Like-for-like sales at PizzaExpress fell a disappointing 1.3% for the UK and Ireland in the year ending June 26, the company announced yesterday.
PizzaExpress management claims the dip is due to a broader slow down in the casual dining market, but could it just be that their brand is losing its way? Two years ago, it was sold to Beijing-based Hony Capital for about £900m, having long been part of the Cinven-backed Gondola Group.
This year’s Harden’s survey results have not been far from vintage ones for PizzaExpress. The ratings we are soon to publish in the 2017 guides for this Gold Standard chain for the British middle classes are the lowest ever.
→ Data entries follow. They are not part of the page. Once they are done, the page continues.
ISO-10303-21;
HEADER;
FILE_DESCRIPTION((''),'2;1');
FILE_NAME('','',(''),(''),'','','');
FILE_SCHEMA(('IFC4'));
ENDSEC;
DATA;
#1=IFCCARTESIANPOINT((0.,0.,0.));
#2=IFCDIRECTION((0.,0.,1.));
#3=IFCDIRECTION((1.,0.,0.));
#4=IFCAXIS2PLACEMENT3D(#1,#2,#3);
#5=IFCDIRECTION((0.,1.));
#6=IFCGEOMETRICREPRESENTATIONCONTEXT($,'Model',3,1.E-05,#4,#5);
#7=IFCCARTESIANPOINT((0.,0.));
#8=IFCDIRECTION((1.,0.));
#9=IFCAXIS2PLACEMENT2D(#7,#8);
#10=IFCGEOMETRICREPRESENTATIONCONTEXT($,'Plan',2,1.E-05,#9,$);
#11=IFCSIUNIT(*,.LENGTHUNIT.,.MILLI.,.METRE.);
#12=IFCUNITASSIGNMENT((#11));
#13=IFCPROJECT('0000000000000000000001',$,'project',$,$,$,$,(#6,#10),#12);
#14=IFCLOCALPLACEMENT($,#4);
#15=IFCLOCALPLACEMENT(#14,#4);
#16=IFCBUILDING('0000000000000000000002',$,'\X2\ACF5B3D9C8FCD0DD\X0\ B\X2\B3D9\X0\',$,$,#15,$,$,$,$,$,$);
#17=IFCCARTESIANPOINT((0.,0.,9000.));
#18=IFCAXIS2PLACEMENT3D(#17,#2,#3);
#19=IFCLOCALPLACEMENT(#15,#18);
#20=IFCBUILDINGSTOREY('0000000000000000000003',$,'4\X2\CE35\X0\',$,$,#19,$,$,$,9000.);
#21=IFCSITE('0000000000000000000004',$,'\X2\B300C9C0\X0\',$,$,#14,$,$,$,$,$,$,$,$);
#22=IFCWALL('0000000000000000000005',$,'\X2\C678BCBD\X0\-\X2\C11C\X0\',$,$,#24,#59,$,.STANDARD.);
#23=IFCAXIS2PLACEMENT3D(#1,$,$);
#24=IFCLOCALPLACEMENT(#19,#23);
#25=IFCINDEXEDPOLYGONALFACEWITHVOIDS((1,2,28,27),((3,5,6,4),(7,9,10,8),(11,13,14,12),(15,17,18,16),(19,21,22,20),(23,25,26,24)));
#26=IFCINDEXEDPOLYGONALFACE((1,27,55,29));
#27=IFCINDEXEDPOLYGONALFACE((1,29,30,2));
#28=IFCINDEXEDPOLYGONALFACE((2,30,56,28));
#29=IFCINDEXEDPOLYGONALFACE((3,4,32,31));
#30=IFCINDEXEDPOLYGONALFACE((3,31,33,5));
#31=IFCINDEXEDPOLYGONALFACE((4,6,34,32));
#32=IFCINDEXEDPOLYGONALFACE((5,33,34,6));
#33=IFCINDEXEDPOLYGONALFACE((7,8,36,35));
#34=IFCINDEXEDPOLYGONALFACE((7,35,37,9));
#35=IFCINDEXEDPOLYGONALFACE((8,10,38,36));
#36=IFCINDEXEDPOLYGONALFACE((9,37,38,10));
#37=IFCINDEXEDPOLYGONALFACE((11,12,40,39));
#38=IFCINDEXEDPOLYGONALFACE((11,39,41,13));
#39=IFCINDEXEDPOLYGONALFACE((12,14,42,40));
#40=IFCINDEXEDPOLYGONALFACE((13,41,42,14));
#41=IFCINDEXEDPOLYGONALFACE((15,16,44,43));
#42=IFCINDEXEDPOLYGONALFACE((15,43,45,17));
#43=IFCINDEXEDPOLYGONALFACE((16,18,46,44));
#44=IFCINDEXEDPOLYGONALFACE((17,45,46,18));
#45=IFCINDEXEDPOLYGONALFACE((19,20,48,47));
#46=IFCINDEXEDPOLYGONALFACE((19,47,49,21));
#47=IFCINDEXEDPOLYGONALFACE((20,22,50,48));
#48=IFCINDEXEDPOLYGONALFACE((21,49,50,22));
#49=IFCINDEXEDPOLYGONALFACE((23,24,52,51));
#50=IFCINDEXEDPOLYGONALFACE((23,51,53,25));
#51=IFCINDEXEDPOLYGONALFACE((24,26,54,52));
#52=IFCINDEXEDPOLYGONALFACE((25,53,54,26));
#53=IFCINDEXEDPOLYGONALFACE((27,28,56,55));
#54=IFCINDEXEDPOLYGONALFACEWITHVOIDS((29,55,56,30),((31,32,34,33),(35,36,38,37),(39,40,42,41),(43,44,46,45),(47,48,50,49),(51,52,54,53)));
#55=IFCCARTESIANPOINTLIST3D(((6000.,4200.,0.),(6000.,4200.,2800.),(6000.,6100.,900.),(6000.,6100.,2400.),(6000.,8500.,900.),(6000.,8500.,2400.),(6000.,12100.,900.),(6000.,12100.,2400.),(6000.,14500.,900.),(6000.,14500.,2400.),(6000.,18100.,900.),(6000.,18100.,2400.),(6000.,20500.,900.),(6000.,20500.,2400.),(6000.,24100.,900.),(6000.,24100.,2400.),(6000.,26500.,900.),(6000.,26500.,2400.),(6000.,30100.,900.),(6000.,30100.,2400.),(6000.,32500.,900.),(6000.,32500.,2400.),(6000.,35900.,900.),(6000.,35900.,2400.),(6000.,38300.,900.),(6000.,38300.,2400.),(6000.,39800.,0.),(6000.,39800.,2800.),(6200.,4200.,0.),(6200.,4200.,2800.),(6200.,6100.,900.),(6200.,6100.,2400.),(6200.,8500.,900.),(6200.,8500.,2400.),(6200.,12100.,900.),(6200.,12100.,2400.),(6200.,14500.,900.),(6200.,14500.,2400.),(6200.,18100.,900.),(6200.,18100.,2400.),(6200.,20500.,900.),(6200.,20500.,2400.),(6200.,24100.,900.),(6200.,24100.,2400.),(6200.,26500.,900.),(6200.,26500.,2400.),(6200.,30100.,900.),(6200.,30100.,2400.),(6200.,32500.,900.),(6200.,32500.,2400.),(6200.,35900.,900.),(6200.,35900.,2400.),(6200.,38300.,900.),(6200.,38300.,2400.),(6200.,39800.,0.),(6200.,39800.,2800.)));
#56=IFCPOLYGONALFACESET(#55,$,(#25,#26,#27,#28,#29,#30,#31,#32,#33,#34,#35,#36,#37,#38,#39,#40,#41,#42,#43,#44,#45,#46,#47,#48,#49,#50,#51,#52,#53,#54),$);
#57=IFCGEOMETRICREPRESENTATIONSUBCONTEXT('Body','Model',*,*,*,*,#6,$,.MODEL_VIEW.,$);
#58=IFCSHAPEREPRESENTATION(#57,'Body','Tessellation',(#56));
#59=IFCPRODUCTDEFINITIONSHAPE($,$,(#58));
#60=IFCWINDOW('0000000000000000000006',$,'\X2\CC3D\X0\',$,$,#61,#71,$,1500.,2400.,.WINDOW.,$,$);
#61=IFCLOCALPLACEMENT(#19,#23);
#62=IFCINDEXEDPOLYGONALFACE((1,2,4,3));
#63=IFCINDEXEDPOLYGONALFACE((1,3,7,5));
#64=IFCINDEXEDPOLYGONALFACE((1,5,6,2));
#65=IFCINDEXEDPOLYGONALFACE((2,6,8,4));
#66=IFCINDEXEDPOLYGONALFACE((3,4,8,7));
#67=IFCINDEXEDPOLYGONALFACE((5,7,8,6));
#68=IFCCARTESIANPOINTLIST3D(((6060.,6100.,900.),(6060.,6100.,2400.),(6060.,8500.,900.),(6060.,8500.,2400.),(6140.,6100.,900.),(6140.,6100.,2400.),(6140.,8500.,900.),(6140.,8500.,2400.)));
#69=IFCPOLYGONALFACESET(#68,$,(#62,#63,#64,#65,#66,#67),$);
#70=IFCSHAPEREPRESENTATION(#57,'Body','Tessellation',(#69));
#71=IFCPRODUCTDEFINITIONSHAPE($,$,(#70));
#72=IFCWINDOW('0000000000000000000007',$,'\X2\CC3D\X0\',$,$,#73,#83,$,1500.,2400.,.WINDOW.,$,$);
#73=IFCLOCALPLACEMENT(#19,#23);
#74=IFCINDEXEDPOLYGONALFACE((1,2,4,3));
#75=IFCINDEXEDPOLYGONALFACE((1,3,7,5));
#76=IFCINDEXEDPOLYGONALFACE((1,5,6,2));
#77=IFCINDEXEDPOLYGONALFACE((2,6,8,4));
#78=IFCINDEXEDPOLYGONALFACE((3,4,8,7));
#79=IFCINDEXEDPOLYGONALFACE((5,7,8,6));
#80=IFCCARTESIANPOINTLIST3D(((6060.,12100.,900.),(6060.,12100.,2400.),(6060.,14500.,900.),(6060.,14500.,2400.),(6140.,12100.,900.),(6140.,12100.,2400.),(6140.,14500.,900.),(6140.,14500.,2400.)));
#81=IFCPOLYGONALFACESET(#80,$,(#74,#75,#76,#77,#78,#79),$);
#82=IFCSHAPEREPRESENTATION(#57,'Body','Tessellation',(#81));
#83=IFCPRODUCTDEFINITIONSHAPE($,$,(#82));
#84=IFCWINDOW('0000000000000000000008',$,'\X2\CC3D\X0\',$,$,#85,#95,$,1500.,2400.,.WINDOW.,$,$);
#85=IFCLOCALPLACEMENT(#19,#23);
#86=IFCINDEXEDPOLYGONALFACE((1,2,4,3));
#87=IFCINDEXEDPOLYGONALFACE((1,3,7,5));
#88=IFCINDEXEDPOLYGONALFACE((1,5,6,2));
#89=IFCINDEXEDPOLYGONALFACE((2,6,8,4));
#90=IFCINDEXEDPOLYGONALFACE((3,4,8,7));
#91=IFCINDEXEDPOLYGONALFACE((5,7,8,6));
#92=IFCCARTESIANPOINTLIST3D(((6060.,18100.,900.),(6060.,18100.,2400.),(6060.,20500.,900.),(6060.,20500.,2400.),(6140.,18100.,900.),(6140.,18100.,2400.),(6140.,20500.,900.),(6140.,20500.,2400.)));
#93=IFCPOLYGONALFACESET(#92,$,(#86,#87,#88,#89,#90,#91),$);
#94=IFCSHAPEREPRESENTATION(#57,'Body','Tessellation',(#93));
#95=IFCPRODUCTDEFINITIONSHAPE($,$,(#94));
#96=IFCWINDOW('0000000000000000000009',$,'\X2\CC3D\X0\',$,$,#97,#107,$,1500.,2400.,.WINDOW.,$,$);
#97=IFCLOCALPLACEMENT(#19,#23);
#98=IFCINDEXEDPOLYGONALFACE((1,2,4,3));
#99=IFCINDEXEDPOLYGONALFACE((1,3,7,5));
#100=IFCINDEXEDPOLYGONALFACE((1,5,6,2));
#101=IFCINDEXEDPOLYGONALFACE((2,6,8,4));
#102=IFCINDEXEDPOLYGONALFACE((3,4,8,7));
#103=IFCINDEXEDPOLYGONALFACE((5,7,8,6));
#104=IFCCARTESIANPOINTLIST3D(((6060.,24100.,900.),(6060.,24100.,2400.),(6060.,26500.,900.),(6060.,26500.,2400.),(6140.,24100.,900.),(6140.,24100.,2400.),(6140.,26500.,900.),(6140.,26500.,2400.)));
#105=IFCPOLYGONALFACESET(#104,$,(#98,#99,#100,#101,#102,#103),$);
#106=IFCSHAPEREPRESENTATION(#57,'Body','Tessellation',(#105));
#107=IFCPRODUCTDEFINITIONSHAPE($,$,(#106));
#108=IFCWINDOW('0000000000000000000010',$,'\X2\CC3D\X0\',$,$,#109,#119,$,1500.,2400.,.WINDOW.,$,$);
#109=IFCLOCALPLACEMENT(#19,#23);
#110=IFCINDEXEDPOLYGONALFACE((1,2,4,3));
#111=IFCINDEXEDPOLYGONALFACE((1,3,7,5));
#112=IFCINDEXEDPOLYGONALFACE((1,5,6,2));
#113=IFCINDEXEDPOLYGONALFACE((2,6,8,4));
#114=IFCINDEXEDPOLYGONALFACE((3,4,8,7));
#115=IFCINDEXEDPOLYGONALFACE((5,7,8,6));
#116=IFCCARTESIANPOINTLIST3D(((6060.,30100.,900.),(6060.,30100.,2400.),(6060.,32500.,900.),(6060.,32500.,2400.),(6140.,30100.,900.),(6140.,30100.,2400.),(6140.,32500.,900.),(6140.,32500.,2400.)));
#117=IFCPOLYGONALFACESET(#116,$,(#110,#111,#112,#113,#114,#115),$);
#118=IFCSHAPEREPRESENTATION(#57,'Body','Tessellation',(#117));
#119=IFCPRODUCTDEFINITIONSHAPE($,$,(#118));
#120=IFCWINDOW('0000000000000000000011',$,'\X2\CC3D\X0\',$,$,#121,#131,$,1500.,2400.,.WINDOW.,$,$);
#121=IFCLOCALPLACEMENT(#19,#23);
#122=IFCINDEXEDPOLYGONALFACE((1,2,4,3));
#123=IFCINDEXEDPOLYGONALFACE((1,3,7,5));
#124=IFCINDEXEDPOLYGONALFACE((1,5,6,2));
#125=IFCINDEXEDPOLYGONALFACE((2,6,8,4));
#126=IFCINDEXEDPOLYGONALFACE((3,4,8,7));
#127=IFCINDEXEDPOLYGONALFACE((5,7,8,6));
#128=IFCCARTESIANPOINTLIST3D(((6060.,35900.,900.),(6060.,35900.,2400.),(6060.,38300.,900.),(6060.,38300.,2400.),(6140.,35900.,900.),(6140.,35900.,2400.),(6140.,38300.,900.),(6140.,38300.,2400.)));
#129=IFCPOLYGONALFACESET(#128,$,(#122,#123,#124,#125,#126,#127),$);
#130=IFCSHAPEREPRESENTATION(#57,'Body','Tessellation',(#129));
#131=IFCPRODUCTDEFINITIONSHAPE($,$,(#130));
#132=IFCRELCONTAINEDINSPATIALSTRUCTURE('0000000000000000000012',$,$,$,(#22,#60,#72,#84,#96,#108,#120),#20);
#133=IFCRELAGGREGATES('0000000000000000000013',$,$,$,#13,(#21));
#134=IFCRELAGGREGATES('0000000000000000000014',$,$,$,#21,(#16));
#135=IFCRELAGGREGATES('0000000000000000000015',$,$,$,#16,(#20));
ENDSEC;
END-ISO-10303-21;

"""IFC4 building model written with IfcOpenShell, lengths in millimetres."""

from ifc_helpers import new_model, si_unit, direction, frame, origin_with_axes, origin_2d_with_axis, place, context, subcontext, project, spatial, polyline, outline, extrude, element, fill, save


model = new_model("IFC4")

# Units and contexts
model_context = context("Model", 3, precision=1e-05, world=origin_with_axes(), true_north=direction((0.0, 1.0)))
plan_context = context("Plan", 2, precision=1e-05, world=origin_2d_with_axis())
body_context = subcontext(model_context, "Body", "Model", "MODEL_VIEW")
ifc_project = project(units=[si_unit("LENGTHUNIT", "METRE", prefix="MILLI")], contexts=[model_context, plan_context])

# Site, building, storey
site_placement = place(None, origin_with_axes())
site = spatial("IfcSite", under=ifc_project, at=site_placement, Name="대지")
building_placement = place(site_placement, origin_with_axes())
building = spatial("IfcBuilding", under=site, at=building_placement, Name="공동주택 B동")
storey_placement = place(building_placement, frame((0.0, 0.0, 9000.0), z_axis=(0.0, 0.0, 1.0), x_axis=(1.0, 0.0, 0.0)))
storey = spatial("IfcBuildingStorey", under=building, at=storey_placement, Name="4층", Elevation=9000.0)

# Wall, openings, windows
wall_1_placement = place(storey_placement, origin_with_axes())
wall_1 = element("IfcWall", 1, at=wall_1_placement, inside=storey, Name="외벽-서", PredefinedType="STANDARD", context=body_context, shape_type="SweptSolid", body=[
    extrude(outline(polyline([(6200.0, 39800.0), (6200.0, 4200.0), (6000.0, 4200.0), (6000.0, 39800.0), (6200.0, 39800.0)])), origin_with_axes(), (0.0, 0.0, 1.0), 2800.0),
])
opening_1_placement = place(storey_placement, origin_with_axes())
opening_1 = element("IfcOpeningElement", 2, at=opening_1_placement, cuts=wall_1, PredefinedType="OPENING", context=body_context, shape_type="SweptSolid", body=[
    extrude(outline(polyline([(5950.0, 8500.0), (5950.0, 6100.0), (6250.0, 6100.0), (6250.0, 8500.0), (5950.0, 8500.0)])), frame((0.0, 0.0, 900.0), z_axis=(0.0, 0.0, 1.0), x_axis=(1.0, 0.0, 0.0)), (0.0, 0.0, 1.0), 1500.0),
])
opening_2_placement = place(storey_placement, origin_with_axes())
opening_2 = element("IfcOpeningElement", 3, at=opening_2_placement, cuts=wall_1, PredefinedType="OPENING", context=body_context, shape_type="SweptSolid", body=[
    extrude(outline(polyline([(5950.0, 14500.0), (5950.0, 12100.0), (6250.0, 12100.0), (6250.0, 14500.0), (5950.0, 14500.0)])), frame((0.0, 0.0, 900.0), z_axis=(0.0, 0.0, 1.0), x_axis=(1.0, 0.0, 0.0)), (0.0, 0.0, 1.0), 1500.0),
])
opening_3_placement = place(storey_placement, origin_with_axes())
opening_3 = element("IfcOpeningElement", 4, at=opening_3_placement, cuts=wall_1, PredefinedType="OPENING", context=body_context, shape_type="SweptSolid", body=[
    extrude(outline(polyline([(5950.0, 20500.0), (5950.0, 18100.0), (6250.0, 18100.0), (6250.0, 20500.0), (5950.0, 20500.0)])), frame((0.0, 0.0, 900.0), z_axis=(0.0, 0.0, 1.0), x_axis=(1.0, 0.0, 0.0)), (0.0, 0.0, 1.0), 1500.0),
])
opening_4_placement = place(storey_placement, origin_with_axes())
Most striking is the increasingly soulless impression given by their famously jolly branches. Ambience is often a spill-over from service. Service is driven by management. And management take their priorities from their investors. Investor-priority currently is international expansion and home delivery, which contributed to a 14.1% rise in turnover.
PizzaExpress has been a marvel of reinvention for half a century now. Whether it will see in its Diamond Jubilee as successfully as its Silver and Golden celebrations seems dubious at present.
Draft review of PizzaExpress for Harden’s 2017 guides, to be published in October (London) and November (UK) respectively.
“All outlets deliver great food and a cheery ambience” – for the 26 years we’ve produced this guide, that’s been the most common view on this “amazingly consistent” 50-year-old, chain, also renowned as “a great place for kids” (“basically a creche serving OK food!”). All that seems to be changing since Hony Capital took over though? Critics have found it feeling more “money driven” of late, and the ambience rating in two short years has cratered.